*** Opening of Data under study ***
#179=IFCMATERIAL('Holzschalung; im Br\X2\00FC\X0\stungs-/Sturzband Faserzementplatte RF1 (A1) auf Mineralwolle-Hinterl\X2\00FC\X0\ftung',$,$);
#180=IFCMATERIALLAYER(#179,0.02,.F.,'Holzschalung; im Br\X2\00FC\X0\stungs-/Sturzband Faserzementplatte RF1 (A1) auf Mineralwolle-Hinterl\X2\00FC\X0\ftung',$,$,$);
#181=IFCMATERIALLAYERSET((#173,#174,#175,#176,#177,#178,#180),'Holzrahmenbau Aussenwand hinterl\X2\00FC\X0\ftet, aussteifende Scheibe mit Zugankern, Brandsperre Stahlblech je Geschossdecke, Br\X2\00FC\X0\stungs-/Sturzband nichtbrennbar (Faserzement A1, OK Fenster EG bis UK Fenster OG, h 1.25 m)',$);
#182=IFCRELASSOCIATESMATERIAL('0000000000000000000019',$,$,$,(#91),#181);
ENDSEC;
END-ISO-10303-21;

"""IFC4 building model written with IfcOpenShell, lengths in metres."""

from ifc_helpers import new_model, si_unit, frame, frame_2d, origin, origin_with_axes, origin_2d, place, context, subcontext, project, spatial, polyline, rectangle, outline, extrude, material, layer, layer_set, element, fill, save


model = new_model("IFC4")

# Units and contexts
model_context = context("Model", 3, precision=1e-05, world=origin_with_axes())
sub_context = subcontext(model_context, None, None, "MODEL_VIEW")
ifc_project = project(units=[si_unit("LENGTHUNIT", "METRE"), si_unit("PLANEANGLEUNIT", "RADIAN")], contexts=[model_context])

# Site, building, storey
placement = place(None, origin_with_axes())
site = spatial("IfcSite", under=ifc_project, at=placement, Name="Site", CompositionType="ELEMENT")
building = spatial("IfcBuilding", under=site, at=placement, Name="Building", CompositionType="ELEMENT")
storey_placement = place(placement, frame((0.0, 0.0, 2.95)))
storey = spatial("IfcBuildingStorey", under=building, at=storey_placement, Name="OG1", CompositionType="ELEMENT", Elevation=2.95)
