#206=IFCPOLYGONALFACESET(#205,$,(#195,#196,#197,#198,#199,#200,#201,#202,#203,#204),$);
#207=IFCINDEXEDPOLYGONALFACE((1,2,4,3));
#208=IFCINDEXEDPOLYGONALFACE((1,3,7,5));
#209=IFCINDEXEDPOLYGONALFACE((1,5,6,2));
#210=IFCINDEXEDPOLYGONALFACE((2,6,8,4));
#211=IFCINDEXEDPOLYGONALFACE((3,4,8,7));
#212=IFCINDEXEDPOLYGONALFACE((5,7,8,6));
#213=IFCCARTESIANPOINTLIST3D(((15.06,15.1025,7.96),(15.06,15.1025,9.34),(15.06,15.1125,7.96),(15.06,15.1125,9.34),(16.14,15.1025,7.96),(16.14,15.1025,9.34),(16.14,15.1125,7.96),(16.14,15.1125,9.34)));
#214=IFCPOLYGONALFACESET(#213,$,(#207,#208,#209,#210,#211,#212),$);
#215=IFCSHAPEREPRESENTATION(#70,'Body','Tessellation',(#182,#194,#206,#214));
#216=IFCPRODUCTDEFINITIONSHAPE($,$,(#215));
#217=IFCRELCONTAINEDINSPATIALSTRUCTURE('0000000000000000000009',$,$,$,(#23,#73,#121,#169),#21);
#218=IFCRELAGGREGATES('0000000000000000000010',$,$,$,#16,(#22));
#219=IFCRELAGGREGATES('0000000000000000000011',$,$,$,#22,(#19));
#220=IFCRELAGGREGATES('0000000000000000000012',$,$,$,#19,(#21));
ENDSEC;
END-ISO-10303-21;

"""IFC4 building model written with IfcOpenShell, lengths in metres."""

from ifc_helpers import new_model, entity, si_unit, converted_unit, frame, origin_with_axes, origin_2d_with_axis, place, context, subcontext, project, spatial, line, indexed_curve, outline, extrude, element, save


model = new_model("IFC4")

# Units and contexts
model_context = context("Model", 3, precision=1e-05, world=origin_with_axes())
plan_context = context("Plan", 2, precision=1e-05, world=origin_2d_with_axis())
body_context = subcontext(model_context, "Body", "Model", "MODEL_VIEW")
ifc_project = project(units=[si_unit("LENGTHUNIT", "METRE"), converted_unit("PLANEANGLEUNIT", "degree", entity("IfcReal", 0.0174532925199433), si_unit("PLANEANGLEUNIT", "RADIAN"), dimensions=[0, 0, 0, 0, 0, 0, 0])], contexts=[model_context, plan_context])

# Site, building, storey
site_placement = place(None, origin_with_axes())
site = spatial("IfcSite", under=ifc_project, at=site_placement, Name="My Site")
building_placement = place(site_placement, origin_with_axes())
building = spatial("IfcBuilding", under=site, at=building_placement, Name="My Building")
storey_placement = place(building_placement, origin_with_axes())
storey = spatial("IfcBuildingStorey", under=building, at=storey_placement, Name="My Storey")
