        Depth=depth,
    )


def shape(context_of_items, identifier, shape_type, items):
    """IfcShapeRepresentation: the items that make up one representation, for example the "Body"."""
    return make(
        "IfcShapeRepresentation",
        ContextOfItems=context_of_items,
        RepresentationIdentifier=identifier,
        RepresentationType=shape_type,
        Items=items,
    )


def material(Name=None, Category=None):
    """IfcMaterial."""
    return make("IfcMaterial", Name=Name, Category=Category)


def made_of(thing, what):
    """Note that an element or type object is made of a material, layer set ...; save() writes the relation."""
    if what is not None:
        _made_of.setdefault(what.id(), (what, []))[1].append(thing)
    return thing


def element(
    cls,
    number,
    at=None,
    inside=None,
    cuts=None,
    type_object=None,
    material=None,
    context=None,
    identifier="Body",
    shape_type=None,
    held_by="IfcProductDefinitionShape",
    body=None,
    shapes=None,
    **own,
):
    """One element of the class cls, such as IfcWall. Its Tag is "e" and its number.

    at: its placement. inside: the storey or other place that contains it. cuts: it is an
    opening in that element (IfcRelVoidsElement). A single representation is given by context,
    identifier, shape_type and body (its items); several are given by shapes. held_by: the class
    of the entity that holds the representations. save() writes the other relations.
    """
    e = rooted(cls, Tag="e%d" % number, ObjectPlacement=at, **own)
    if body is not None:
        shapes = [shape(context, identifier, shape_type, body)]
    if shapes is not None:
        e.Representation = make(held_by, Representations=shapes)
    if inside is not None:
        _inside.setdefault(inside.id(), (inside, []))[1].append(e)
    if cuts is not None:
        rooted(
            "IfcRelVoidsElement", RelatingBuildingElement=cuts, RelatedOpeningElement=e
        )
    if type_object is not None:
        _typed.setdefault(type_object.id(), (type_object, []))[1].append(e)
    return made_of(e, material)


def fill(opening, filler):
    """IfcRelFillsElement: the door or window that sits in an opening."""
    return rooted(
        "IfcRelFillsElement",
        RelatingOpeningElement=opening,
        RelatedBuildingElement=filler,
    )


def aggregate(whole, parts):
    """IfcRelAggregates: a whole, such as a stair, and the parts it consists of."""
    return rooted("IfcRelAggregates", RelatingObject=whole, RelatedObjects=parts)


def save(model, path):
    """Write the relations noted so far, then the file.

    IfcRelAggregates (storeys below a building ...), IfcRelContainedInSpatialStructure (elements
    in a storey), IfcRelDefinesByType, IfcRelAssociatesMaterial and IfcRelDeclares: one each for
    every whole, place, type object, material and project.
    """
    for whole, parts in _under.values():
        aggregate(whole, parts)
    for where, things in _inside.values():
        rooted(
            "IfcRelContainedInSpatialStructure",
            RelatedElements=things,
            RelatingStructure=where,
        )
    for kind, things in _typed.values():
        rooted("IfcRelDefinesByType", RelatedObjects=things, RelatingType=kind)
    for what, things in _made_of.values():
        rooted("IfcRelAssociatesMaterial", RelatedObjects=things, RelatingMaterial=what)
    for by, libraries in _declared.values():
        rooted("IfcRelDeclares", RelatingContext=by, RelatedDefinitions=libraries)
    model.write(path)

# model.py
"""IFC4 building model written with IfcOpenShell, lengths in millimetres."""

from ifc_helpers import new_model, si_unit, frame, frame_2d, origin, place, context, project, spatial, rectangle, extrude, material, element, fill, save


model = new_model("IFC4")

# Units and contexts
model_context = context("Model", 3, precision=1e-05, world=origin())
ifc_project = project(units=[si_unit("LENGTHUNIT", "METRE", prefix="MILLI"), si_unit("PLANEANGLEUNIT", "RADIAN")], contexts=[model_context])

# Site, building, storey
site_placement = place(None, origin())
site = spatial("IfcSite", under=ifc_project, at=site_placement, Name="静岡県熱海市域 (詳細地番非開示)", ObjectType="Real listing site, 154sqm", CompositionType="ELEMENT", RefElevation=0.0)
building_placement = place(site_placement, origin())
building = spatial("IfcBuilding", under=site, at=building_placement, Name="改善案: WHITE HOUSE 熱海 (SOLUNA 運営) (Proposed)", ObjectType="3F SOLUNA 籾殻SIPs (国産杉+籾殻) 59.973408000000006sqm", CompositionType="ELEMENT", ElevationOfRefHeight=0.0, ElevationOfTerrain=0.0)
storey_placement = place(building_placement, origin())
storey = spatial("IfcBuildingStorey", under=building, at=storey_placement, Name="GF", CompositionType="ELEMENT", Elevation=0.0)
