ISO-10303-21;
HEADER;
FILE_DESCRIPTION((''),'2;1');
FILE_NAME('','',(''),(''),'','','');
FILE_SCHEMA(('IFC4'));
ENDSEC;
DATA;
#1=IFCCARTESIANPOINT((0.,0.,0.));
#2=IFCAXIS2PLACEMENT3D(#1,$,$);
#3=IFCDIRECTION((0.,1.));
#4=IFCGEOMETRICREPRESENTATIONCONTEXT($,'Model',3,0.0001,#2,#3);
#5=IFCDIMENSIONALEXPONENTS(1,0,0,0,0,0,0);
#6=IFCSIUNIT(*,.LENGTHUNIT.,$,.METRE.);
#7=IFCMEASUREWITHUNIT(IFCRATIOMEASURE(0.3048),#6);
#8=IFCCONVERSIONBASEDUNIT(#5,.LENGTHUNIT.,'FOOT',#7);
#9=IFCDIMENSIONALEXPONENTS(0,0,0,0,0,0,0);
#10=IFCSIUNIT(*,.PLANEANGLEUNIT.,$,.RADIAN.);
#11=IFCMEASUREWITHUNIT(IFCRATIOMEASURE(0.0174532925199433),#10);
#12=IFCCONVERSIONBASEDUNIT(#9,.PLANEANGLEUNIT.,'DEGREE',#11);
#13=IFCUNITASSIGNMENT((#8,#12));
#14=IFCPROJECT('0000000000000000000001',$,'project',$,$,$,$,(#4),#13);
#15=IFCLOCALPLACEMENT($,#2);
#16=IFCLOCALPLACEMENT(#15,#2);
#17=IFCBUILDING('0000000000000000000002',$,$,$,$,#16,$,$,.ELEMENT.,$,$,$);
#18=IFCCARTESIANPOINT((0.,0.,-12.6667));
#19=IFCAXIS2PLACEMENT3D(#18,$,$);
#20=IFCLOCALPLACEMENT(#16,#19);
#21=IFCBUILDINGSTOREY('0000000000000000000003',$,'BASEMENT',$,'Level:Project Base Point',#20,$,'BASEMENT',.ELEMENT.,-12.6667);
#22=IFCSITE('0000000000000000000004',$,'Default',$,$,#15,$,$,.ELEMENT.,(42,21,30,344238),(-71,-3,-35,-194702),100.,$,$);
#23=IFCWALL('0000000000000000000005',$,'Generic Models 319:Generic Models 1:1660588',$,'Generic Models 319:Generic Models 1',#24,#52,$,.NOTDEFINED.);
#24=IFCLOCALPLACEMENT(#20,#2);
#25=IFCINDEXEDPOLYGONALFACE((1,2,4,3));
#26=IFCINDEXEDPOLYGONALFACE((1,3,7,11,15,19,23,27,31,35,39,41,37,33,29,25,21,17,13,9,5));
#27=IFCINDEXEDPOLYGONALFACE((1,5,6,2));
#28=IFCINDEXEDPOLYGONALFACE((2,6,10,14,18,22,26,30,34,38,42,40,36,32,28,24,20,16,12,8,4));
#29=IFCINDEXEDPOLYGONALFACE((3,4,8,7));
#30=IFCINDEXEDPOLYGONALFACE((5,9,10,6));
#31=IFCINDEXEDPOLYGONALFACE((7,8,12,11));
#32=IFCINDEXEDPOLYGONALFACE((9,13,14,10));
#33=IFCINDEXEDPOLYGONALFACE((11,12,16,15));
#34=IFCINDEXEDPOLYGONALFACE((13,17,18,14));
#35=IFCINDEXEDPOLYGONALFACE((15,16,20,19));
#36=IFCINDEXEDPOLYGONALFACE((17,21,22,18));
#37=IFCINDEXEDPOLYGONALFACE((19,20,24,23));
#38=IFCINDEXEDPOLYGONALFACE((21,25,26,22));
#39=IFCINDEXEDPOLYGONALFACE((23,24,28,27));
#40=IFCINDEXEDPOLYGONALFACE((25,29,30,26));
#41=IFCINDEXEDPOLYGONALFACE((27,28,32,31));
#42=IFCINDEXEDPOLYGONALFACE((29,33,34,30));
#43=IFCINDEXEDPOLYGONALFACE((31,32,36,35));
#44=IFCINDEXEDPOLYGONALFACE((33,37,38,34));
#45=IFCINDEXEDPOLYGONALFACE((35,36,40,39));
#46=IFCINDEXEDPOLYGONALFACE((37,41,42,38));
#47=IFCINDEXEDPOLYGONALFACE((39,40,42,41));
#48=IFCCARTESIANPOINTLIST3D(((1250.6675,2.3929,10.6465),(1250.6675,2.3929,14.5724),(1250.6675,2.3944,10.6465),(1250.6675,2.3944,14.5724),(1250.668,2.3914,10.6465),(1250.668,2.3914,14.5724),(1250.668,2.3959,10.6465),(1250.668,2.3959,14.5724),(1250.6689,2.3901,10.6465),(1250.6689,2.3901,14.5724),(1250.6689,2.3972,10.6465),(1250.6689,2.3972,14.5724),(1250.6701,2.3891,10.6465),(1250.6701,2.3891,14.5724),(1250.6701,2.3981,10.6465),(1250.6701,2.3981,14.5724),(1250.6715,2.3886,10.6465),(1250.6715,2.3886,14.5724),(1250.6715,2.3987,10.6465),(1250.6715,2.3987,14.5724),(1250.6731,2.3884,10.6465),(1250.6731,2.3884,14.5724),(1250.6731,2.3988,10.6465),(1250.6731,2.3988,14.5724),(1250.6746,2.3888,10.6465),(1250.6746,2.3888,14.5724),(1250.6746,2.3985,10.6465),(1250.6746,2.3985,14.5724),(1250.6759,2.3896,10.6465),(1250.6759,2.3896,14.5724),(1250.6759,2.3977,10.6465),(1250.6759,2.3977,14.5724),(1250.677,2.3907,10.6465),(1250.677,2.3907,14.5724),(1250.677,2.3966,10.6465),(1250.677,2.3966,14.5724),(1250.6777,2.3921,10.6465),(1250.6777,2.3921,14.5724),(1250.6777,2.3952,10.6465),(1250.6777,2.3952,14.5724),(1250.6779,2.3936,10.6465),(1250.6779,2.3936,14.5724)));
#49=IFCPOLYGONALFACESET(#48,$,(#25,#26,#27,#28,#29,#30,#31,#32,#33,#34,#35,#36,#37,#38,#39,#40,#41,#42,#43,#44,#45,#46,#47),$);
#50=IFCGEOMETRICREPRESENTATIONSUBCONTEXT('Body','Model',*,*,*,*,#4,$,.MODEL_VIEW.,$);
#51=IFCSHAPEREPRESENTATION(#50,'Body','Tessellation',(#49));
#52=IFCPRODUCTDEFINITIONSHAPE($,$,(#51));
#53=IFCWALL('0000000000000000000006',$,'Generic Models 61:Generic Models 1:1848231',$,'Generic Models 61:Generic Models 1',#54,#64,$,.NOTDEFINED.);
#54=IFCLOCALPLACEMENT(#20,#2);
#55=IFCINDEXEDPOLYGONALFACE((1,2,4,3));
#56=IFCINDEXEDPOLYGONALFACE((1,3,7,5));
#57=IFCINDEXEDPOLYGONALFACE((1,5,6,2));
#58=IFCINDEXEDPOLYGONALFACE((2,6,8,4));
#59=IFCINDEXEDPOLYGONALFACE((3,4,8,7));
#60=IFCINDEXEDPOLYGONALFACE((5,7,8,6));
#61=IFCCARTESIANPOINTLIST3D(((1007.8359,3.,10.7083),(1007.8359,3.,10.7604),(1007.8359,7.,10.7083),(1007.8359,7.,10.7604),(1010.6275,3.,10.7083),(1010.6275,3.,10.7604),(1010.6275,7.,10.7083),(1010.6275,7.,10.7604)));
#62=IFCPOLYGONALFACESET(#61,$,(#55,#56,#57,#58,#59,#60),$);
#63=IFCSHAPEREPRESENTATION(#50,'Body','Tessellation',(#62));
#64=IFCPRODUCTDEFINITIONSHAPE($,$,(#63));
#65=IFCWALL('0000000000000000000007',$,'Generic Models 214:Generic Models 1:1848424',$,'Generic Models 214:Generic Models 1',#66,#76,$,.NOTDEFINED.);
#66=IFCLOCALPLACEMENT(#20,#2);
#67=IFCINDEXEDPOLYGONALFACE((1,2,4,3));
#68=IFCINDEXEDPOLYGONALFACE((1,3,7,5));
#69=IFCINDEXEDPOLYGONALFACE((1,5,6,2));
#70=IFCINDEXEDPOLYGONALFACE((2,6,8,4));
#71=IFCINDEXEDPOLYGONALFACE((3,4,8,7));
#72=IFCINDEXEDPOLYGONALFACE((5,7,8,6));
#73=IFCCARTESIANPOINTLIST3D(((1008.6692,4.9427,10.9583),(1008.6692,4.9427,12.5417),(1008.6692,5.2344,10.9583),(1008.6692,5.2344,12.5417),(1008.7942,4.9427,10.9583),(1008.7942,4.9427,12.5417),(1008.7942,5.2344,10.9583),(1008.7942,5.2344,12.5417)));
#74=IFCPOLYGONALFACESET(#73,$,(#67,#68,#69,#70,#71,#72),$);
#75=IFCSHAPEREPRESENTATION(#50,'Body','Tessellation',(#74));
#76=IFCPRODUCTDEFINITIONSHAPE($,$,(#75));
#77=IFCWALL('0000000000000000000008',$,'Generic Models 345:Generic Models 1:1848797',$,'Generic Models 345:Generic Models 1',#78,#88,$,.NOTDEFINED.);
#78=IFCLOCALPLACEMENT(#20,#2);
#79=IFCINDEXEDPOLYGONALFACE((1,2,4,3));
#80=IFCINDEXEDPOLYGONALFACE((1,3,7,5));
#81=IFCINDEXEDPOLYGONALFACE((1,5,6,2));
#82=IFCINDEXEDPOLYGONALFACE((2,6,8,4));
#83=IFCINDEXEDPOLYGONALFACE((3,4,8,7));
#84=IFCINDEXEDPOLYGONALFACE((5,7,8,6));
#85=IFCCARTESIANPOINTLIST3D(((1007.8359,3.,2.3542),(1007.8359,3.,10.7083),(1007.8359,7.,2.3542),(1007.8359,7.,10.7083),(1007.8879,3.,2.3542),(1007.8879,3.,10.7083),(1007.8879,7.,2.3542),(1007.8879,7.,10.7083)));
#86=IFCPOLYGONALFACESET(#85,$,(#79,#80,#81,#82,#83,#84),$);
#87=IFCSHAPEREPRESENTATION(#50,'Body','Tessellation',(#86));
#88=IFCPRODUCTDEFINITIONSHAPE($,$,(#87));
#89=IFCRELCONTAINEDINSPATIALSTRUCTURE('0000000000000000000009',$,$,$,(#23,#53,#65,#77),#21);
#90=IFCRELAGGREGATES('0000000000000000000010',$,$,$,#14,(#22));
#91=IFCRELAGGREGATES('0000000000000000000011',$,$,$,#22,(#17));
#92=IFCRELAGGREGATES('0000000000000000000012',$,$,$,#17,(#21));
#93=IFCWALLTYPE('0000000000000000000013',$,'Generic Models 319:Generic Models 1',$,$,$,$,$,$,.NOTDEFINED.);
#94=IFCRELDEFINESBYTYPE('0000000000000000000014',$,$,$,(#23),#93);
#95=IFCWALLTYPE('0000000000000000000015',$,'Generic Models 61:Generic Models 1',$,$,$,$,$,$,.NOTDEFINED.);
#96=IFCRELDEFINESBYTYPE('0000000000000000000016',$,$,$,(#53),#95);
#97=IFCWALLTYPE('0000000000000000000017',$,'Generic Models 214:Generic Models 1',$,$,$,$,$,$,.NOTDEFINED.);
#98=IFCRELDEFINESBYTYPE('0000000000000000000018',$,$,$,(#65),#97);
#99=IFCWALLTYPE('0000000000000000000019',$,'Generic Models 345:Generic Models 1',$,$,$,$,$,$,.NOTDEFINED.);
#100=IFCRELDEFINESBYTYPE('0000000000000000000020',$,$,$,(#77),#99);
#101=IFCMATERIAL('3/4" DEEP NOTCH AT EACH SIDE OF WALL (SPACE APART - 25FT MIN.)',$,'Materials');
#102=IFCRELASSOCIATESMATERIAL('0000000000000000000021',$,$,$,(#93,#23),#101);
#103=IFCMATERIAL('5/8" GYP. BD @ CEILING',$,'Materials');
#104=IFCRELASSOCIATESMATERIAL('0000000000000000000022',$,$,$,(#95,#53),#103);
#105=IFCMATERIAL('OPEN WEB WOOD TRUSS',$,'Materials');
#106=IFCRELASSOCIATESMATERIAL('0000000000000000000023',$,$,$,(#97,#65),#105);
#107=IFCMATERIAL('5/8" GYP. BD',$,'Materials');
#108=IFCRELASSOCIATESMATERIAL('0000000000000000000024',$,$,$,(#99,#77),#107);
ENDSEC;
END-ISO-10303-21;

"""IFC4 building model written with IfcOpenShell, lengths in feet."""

from ifc_helpers import new_model, entity, si_unit, converted_unit, direction, frame, frame_2d, origin, origin_2d_with_axis, place, context, subcontext, project, spatial, rectangle, circle, extrude, material, type_object, element, save


model = new_model("IFC4")

# Units and contexts
model_context = context("Model", 3, precision=0.0001, world=origin(), true_north=direction((0.0, 1.0)))
body_context = subcontext(model_context, "Body", "Model", "MODEL_VIEW")
ifc_project = project(units=[converted_unit("LENGTHUNIT", "FOOT", entity("IfcRatioMeasure", 0.3048), si_unit("LENGTHUNIT", "METRE"), dimensions=[1, 0, 0, 0, 0, 0, 0]), converted_unit("PLANEANGLEUNIT", "DEGREE", entity("IfcRatioMeasure", 0.0174532925199433), si_unit("PLANEANGLEUNIT", "RADIAN"), dimensions=[0, 0, 0, 0, 0, 0, 0])], contexts=[model_context])

# Site, building, storey
site_placement = place(None, origin())
site = spatial("IfcSite", under=ifc_project, at=site_placement, Name="Default", CompositionType="ELEMENT", RefLatitude=(42, 21, 30, 344238), RefLongitude=(-71, -3, -35, -194702), RefElevation=100.0)
building_placement = place(site_placement, origin())
building = spatial("IfcBuilding", under=site, at=building_placement, CompositionType="ELEMENT")
storey_placement = place(building_placement, frame((0.0, 0.0, -12.6667)))
storey = spatial("IfcBuildingStorey", under=building, at=storey_placement, Name="BASEMENT", ObjectType="Level:Project Base Point", LongName="BASEMENT", CompositionType="ELEMENT", Elevation=-12.6667)

# Walls
ifc_material_1 = material(Name="3/4\" DEEP NOTCH AT EACH SIDE OF WALL (SPACE APART - 25FT MIN.)", Category="Materials")
wall_type_1 = type_object("IfcWallType", Name="Generic Models 319:Generic Models 1", PredefinedType="NOTDEFINED", material=ifc_material_1)
wall_1_placement = place(storey_placement, frame((1250.6675, 2.3884, 10.6465), z_axis=(0.0, 0.0, 1.0), x_axis=(0.0, 1.0, 0.0)))
element("IfcWall", 1, at=wall_1_placement, inside=storey, type_object=wall_type_1, material=ifc_material_1, Name="Generic Models 319:Generic Models 1:1660588", ObjectType="Generic Models 319:Generic Models 1", PredefinedType="NOTDEFINED", context=body_context, shape_type="SweptSolid", body=[
    extrude(circle(Radius=0.0052, at=origin_2d_with_axis()), frame((0.0052, -0.0052, 0.0), z_axis=(0.0, 0.0, 1.0), x_axis=(0.0, -1.0, 0.0)), (0.0, 0.0, 1.0), 3.9258),
])
ifc_material_2 = material(Name="5/8\" GYP. BD @ CEILING", Category="Materials")
wall_type_2 = type_object("IfcWallType", Name="Generic Models 61:Generic Models 1", PredefinedType="NOTDEFINED", material=ifc_material_2)
wall_2_placement = place(storey_placement, frame((1007.8359, 3.0, 10.7083), z_axis=(0.0, 0.0, 1.0), x_axis=(0.0, 1.0, 0.0)))
element("IfcWall", 2, at=wall_2_placement, inside=storey, type_object=wall_type_2, material=ifc_material_2, Name="Generic Models 61:Generic Models 1:1848231", ObjectType="Generic Models 61:Generic Models 1", PredefinedType="NOTDEFINED", context=body_context, shape_type="SweptSolid", body=[
    extrude(rectangle(XDim=4.0, YDim=2.7917, at=frame_2d((0.0, 0.0), x_axis=(1.0, 0.0))), frame((2.0, -1.3958, 0.0)), (0.0, 0.0, 1.0), 0.0521),
])
ifc_material_3 = material(Name="OPEN WEB WOOD TRUSS", Category="Materials")
wall_type_3 = type_object("IfcWallType", Name="Generic Models 214:Generic Models 1", PredefinedType="NOTDEFINED", material=ifc_material_3)
wall_3_placement = place(storey_placement, frame((1008.6692, 4.9427, 10.9583), z_axis=(0.0, 0.0, 1.0), x_axis=(0.0, 1.0, 0.0)))
element("IfcWall", 3, at=wall_3_placement, inside=storey, type_object=wall_type_3, material=ifc_material_3, Name="Generic Models 214:Generic Models 1:1848424", ObjectType="Generic Models 214:Generic Models 1", PredefinedType="NOTDEFINED", context=body_context, shape_type="SweptSolid", body=[
    extrude(rectangle(XDim=0.2917, YDim=0.125, at=frame_2d((0.0, 0.0), x_axis=(1.0, 0.0))), frame((0.1458, -0.0625, 0.0)), (0.0, 0.0, 1.0), 1.5833),
])
ifc_material_4 = material(Name="5/8\" GYP. BD", Category="Materials")
wall_type_4 = type_object("IfcWallType", Name="Generic Models 345:Generic Models 1", PredefinedType="NOTDEFINED", material=ifc_material_4)
wall_4_placement = place(storey_placement, frame((1007.8359, 3.0, 2.3542), z_axis=(0.0, 0.0, 1.0), x_axis=(0.0, 1.0, 0.0)))
element("IfcWall", 4, at=wall_4_placement, inside=storey, type_object=wall_type_4, material=ifc_material_4, Name="Generic Models 345:Generic Models 1:1848797", ObjectType="Generic Models 345:Generic Models 1", PredefinedType="NOTDEFINED", context=body_context, shape_type="SweptSolid", body=[
    extrude(rectangle(XDim=4.0, YDim=0.0521, at=frame_2d((0.0, 0.0), x_axis=(1.0, 0.0))), frame((2.0, -0.026, 0.0)), (0.0, 0.0, 1.0), 8.3542),
])

save(model, "model.ifc")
*** Close of Data under study ***
Please state how many lines in the entries above include the string "cuts", and write only that number.

4